Frequent transport ICE state and tuple changes in production

When testing on production, I’m seeing my server side video producer transport frequently change state and tuples. Listening to the transport icestatechange and iceselectedtuplechange events, a lot of the time I see behavior like this in the logs:

2020-08-18T15:06:34.371-07:00 Client f7113813-6462-422f-bf30-37f2987d02d2 producer transport ICE selected tuple changed. localIp: 0.0.0.0, localPort: 44409, remoteIp: 65.101.136.158, remotePort: 55948, protocol: tcp
2020-08-18T15:06:34.371-07:00 Client f7113813-6462-422f-bf30-37f2987d02d2 producer transport ICE state changed to connected
2020-08-18T15:06:34.420-07:00 Client f7113813-6462-422f-bf30-37f2987d02d2 producer transport ICE state changed to completed
2020-08-18T15:06:35.917-07:00 Client f7113813-6462-422f-bf30-37f2987d02d2 producer transport ICE selected tuple changed. localIp: 0.0.0.0, localPort: 49063, remoteIp: 65.101.136.158, remotePort: 64882, protocol: udp
2020-08-18T15:06:35.922-07:00 Client f7113813-6462-422f-bf30-37f2987d02d2 producer transport ICE selected tuple changed. localIp: 0.0.0.0, localPort: 44409, remoteIp: 65.101.136.158, remotePort: 55948, protocol: tcp
2020-08-18T15:06:36.009-07:00 Client f7113813-6462-422f-bf30-37f2987d02d2 producer transport ICE selected tuple changed. localIp: 0.0.0.0, localPort: 49063, remoteIp: 65.101.136.158, remotePort: 64882, protocol: udp

The ICE tuple alternates between tcp and ucp. And then most of the time the client reports permanently disconnected in the transport connectionstatechange listener.
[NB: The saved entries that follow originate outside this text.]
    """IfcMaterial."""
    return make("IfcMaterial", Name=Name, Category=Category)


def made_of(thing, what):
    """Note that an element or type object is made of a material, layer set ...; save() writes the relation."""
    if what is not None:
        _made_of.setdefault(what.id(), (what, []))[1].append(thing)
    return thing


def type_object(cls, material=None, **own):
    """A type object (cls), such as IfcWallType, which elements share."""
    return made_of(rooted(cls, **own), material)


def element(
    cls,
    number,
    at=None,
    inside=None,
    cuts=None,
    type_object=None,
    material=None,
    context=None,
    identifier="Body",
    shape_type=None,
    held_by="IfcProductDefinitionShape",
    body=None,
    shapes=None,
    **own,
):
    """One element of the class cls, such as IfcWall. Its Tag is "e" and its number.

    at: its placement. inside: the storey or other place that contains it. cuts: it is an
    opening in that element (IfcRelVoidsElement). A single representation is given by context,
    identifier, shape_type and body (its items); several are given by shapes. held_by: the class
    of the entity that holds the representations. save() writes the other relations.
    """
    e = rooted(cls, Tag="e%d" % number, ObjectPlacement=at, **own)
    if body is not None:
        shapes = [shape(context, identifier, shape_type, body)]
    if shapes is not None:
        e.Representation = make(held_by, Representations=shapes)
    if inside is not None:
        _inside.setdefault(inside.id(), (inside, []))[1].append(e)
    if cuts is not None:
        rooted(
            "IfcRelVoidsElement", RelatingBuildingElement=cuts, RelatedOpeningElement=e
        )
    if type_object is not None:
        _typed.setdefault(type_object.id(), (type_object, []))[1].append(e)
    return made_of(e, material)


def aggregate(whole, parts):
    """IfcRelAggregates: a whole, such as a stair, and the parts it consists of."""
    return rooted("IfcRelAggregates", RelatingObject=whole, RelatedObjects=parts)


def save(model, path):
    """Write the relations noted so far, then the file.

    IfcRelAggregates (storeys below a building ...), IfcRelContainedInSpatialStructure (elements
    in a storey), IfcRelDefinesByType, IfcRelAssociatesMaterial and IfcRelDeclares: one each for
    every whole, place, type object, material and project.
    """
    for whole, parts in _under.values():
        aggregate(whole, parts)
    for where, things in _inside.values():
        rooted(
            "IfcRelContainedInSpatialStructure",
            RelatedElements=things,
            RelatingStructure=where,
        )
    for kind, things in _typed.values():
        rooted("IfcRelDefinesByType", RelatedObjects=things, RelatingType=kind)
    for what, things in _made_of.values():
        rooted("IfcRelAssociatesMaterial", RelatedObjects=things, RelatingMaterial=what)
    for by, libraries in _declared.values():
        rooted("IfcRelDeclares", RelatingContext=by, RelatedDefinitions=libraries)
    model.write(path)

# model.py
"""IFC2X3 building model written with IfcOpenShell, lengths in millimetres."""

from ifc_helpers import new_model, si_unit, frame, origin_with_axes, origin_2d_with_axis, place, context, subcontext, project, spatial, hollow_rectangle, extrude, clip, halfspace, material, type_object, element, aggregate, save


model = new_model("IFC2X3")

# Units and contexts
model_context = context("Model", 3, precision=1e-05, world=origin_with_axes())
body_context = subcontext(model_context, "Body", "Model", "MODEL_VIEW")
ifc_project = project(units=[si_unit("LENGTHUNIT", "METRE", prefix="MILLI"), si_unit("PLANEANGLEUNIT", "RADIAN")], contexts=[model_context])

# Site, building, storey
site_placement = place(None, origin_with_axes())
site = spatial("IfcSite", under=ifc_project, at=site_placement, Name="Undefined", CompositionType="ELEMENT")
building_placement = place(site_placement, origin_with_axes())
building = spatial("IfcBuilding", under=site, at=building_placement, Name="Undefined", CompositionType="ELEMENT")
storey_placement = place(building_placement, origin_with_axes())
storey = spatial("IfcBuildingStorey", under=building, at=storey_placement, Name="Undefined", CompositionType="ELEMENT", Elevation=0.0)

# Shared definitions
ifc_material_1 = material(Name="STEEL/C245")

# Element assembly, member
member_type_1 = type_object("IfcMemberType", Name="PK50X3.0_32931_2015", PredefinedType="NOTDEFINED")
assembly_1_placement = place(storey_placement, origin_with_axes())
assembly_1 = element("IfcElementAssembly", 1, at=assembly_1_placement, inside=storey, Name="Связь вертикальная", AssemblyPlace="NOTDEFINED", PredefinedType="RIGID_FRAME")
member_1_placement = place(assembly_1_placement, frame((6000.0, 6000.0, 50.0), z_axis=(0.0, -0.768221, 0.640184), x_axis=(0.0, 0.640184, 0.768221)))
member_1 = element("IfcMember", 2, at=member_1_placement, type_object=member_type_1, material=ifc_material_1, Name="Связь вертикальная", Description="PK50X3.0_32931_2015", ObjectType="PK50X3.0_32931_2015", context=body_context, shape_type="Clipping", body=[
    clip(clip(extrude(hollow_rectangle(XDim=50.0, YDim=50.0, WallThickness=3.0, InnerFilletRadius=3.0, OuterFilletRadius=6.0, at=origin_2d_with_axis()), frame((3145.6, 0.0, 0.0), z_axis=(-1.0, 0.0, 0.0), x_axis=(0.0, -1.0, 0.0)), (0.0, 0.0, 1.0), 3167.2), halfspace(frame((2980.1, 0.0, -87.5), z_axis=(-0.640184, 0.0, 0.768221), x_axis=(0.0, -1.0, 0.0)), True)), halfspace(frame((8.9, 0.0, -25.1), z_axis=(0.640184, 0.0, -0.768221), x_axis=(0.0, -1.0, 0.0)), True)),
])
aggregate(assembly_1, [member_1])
Note that I can sporadically get it to work once in a while but the transport connection behavior is very flaky.

Is this normal behavior? And if so, when should I be calling restartIce on the transport? Every time the ICE tuple changes on the server? Or when the client transport state gets stick in disconnected for some defined timeout?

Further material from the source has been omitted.